*Prompt*.
In the records below, some lines hold the word "IFCPRODUCTDEFINITIONSHAPE". Copy each of those lines.

-- Opening Marker --

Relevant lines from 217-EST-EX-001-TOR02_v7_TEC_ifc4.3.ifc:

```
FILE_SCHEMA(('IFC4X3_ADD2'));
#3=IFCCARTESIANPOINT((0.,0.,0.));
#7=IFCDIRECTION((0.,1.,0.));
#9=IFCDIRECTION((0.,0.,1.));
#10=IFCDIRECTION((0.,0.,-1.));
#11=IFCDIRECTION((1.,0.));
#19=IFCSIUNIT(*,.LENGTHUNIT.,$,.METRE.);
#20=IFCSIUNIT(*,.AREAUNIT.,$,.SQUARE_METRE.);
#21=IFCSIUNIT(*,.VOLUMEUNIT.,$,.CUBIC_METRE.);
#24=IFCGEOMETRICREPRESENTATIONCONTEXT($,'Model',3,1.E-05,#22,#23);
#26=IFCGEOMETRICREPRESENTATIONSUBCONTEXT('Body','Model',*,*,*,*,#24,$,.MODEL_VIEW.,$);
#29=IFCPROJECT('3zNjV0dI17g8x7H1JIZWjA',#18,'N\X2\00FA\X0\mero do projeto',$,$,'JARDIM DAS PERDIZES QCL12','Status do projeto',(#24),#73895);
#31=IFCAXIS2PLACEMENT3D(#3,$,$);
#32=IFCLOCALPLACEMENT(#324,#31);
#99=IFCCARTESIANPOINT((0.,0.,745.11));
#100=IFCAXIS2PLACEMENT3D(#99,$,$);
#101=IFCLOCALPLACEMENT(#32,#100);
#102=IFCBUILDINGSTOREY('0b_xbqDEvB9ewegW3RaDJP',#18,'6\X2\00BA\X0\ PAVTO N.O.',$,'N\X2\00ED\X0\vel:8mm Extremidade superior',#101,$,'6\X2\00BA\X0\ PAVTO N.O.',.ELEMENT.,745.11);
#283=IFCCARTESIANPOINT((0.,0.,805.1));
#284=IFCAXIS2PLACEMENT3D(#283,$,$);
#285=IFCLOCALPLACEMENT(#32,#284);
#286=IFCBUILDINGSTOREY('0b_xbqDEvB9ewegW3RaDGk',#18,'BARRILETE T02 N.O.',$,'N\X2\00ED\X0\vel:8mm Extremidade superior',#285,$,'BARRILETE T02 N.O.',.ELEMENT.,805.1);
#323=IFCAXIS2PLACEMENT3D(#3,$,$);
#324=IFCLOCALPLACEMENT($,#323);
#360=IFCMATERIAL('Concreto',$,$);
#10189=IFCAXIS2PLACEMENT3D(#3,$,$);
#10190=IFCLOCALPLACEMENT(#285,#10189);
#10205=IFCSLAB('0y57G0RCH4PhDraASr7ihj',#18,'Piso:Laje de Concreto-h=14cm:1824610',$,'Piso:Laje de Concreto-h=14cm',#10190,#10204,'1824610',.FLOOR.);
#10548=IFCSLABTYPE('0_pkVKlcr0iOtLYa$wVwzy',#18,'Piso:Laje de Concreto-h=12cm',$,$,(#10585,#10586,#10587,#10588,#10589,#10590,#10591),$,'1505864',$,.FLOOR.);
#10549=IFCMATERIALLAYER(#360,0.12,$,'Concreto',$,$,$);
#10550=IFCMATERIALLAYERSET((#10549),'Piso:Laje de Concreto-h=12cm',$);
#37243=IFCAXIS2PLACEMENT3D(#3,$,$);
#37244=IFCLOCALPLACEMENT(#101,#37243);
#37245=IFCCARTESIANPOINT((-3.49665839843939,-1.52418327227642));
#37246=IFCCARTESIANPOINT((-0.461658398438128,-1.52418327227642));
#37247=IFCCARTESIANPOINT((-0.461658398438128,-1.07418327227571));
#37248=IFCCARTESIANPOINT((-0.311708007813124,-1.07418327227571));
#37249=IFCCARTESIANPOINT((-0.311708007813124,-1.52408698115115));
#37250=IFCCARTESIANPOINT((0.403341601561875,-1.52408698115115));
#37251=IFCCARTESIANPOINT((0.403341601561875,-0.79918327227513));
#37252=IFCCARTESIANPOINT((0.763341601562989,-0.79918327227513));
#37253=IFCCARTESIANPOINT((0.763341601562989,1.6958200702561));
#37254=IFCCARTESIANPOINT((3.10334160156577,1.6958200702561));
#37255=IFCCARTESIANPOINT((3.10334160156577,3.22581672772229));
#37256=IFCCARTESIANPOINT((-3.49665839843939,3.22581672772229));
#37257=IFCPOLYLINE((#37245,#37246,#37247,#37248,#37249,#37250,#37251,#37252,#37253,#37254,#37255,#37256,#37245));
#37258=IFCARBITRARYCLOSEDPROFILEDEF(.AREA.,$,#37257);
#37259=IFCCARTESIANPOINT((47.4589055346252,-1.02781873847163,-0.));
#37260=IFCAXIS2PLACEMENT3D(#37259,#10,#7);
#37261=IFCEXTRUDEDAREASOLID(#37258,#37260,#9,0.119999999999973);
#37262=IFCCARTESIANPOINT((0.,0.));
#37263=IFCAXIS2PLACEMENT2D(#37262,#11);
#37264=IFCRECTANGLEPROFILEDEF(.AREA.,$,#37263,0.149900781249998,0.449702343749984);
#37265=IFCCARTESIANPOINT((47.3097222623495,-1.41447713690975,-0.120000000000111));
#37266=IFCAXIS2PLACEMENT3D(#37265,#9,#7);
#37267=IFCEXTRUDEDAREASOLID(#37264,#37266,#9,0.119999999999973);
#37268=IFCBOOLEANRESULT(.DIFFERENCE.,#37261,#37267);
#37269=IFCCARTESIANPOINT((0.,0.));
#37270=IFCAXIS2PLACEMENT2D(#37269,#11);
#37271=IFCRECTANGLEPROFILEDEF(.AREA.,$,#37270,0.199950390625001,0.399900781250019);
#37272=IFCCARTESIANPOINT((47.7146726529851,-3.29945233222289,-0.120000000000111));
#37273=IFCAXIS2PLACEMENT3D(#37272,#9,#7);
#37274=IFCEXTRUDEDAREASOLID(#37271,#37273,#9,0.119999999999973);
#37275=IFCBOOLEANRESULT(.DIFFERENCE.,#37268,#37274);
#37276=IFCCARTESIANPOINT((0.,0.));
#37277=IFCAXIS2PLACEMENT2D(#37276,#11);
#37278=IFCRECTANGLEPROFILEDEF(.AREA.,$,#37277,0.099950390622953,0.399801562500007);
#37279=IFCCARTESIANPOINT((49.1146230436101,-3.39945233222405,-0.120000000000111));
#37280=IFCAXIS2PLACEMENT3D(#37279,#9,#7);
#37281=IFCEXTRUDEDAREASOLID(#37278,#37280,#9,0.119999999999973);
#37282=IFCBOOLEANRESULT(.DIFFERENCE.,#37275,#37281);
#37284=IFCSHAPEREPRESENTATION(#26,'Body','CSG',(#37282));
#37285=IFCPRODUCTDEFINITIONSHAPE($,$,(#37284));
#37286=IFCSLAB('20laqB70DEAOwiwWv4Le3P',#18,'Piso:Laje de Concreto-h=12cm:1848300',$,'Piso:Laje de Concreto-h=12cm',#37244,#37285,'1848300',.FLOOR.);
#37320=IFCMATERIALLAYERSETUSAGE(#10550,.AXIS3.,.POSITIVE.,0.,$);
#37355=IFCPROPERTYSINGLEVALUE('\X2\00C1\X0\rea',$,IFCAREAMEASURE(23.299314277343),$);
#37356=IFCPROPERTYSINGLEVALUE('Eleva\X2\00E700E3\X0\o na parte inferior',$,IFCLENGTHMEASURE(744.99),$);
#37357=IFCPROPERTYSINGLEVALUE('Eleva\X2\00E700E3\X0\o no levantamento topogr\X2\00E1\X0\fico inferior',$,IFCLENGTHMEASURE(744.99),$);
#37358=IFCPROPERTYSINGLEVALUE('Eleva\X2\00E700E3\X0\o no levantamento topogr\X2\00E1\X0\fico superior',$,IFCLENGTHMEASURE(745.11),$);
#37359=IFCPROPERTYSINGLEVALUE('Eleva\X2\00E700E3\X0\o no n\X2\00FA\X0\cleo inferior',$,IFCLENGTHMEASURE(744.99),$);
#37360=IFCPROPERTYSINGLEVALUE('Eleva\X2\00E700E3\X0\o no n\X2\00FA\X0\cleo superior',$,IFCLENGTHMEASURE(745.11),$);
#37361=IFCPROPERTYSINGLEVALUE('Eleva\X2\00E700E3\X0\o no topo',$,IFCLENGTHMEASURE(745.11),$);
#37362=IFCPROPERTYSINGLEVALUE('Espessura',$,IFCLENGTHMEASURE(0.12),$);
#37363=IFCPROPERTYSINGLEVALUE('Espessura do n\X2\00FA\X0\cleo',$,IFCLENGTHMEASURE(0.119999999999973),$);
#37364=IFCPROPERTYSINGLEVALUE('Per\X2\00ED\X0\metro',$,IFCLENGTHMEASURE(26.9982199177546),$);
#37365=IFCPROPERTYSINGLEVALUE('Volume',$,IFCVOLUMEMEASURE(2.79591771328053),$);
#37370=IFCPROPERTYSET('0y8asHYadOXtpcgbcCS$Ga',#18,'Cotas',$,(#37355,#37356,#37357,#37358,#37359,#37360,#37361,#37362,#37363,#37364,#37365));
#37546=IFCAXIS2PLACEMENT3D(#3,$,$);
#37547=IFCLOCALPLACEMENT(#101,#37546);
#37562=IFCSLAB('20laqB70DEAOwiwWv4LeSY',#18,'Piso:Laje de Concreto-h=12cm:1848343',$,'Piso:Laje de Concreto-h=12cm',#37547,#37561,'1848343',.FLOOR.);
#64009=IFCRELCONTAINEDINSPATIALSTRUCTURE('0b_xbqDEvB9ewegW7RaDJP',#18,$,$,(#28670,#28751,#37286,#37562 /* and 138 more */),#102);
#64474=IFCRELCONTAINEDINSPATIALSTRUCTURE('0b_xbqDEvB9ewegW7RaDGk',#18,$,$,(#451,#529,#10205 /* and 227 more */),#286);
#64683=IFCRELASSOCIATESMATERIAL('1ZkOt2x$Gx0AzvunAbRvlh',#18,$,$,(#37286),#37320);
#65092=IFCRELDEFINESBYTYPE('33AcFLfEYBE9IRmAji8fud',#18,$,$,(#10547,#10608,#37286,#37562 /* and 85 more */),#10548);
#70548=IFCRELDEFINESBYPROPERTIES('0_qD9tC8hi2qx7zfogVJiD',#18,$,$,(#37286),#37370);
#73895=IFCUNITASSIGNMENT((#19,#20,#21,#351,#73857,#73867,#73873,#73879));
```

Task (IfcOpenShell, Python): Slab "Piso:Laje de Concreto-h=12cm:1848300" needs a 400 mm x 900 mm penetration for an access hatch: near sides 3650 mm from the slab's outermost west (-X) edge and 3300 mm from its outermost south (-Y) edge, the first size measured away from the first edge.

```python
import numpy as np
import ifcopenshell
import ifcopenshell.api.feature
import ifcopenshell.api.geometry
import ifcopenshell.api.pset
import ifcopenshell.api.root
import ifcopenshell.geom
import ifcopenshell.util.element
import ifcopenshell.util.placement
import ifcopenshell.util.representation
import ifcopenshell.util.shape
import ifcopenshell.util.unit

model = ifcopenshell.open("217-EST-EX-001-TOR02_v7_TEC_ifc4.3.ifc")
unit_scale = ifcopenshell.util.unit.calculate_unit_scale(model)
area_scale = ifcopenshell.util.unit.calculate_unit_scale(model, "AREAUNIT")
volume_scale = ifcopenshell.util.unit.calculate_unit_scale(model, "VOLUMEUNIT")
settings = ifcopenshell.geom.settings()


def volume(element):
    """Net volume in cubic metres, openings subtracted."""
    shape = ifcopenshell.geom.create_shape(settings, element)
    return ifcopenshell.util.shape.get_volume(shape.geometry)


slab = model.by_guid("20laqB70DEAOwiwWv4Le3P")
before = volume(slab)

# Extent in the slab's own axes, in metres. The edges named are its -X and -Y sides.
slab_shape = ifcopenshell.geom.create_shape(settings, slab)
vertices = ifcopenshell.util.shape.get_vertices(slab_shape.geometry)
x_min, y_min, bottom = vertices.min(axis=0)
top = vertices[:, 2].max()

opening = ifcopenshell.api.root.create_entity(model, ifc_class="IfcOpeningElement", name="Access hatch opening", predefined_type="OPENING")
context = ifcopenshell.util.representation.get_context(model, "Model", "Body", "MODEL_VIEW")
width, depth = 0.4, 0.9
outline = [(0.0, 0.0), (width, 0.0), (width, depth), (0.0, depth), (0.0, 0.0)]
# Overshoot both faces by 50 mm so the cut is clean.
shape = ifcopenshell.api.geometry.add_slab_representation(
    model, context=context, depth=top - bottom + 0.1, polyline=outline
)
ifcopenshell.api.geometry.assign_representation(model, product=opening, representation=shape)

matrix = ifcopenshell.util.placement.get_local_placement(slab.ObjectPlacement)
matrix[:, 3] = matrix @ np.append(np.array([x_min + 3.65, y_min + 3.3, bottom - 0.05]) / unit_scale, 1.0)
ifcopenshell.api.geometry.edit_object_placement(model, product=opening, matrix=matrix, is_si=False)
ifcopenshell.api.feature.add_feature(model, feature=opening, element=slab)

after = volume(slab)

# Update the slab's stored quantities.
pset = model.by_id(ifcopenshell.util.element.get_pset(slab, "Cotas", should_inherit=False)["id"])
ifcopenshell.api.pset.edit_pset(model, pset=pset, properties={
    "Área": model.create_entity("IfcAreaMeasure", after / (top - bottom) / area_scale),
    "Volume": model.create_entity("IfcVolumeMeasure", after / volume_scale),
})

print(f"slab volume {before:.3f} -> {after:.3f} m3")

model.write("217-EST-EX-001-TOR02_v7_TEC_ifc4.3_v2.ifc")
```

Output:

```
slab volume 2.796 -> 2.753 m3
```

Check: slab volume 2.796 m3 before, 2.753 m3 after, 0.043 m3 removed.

-- Closing Marker --
-- Opening Marker --

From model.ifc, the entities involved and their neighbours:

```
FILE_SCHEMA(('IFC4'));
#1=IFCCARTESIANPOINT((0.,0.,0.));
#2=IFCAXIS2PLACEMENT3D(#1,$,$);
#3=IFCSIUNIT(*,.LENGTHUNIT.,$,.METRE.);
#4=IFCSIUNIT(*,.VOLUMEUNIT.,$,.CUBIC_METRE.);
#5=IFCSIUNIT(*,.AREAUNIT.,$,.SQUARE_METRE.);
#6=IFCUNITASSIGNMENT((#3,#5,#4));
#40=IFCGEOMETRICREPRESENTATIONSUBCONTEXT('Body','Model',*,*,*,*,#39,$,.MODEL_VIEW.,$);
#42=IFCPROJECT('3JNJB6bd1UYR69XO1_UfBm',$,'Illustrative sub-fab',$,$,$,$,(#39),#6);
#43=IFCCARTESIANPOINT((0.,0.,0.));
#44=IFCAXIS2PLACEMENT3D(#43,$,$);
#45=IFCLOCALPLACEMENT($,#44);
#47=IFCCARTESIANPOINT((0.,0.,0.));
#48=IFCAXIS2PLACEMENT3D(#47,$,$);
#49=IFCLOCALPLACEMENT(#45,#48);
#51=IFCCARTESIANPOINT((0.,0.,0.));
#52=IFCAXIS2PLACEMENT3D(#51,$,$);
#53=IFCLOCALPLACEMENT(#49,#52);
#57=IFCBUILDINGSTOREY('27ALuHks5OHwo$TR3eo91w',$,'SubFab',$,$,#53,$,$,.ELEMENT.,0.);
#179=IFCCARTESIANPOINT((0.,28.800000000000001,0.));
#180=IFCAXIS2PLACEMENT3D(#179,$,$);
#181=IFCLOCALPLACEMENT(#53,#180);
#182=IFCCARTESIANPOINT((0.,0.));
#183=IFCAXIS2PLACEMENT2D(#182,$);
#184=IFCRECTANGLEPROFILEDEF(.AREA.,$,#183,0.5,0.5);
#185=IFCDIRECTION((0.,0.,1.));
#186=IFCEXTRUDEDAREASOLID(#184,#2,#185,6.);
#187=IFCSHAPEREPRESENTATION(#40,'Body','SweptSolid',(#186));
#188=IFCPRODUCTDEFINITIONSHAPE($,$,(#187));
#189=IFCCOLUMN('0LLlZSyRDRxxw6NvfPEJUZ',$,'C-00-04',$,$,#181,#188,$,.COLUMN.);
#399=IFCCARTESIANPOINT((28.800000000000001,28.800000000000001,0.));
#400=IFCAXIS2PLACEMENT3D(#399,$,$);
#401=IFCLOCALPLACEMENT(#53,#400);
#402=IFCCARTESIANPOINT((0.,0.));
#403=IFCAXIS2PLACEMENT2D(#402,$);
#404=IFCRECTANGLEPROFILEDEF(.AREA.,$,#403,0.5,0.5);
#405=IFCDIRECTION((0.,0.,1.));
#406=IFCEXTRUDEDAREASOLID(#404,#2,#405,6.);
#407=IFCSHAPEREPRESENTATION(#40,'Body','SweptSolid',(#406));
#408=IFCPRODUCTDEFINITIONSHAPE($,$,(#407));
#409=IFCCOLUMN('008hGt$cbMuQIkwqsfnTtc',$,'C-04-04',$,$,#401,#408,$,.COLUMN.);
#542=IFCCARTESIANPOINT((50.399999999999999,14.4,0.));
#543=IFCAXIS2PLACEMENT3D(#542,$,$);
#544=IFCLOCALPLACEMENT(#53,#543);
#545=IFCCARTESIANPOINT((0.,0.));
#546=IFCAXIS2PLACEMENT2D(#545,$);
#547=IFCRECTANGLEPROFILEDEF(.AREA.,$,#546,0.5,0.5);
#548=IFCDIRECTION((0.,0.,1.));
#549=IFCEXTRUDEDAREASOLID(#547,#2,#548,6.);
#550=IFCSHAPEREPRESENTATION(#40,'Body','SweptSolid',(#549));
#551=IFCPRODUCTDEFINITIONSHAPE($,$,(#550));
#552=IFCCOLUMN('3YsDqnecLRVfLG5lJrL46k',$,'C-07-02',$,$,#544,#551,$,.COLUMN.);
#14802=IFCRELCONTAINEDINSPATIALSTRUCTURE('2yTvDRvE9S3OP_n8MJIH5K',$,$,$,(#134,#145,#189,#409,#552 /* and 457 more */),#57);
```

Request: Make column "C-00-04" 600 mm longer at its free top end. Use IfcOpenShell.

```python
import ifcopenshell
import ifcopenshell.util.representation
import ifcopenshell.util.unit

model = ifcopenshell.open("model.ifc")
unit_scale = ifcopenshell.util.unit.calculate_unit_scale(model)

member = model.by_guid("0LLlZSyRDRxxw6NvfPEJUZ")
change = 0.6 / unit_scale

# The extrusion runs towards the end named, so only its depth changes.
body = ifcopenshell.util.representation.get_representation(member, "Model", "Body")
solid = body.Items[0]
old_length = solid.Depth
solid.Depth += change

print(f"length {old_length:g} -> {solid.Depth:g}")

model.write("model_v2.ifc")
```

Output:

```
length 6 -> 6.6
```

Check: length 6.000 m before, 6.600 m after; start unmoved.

-- Closing Marker --

*Task solution*.
#37285=IFCPRODUCTDEFINITIONSHAPE($,$,(#37284));
#188=IFCPRODUCTDEFINITIONSHAPE($,$,(#187));
#408=IFCPRODUCTDEFINITIONSHAPE($,$,(#407));
#551=IFCPRODUCTDEFINITIONSHAPE($,$,(#550));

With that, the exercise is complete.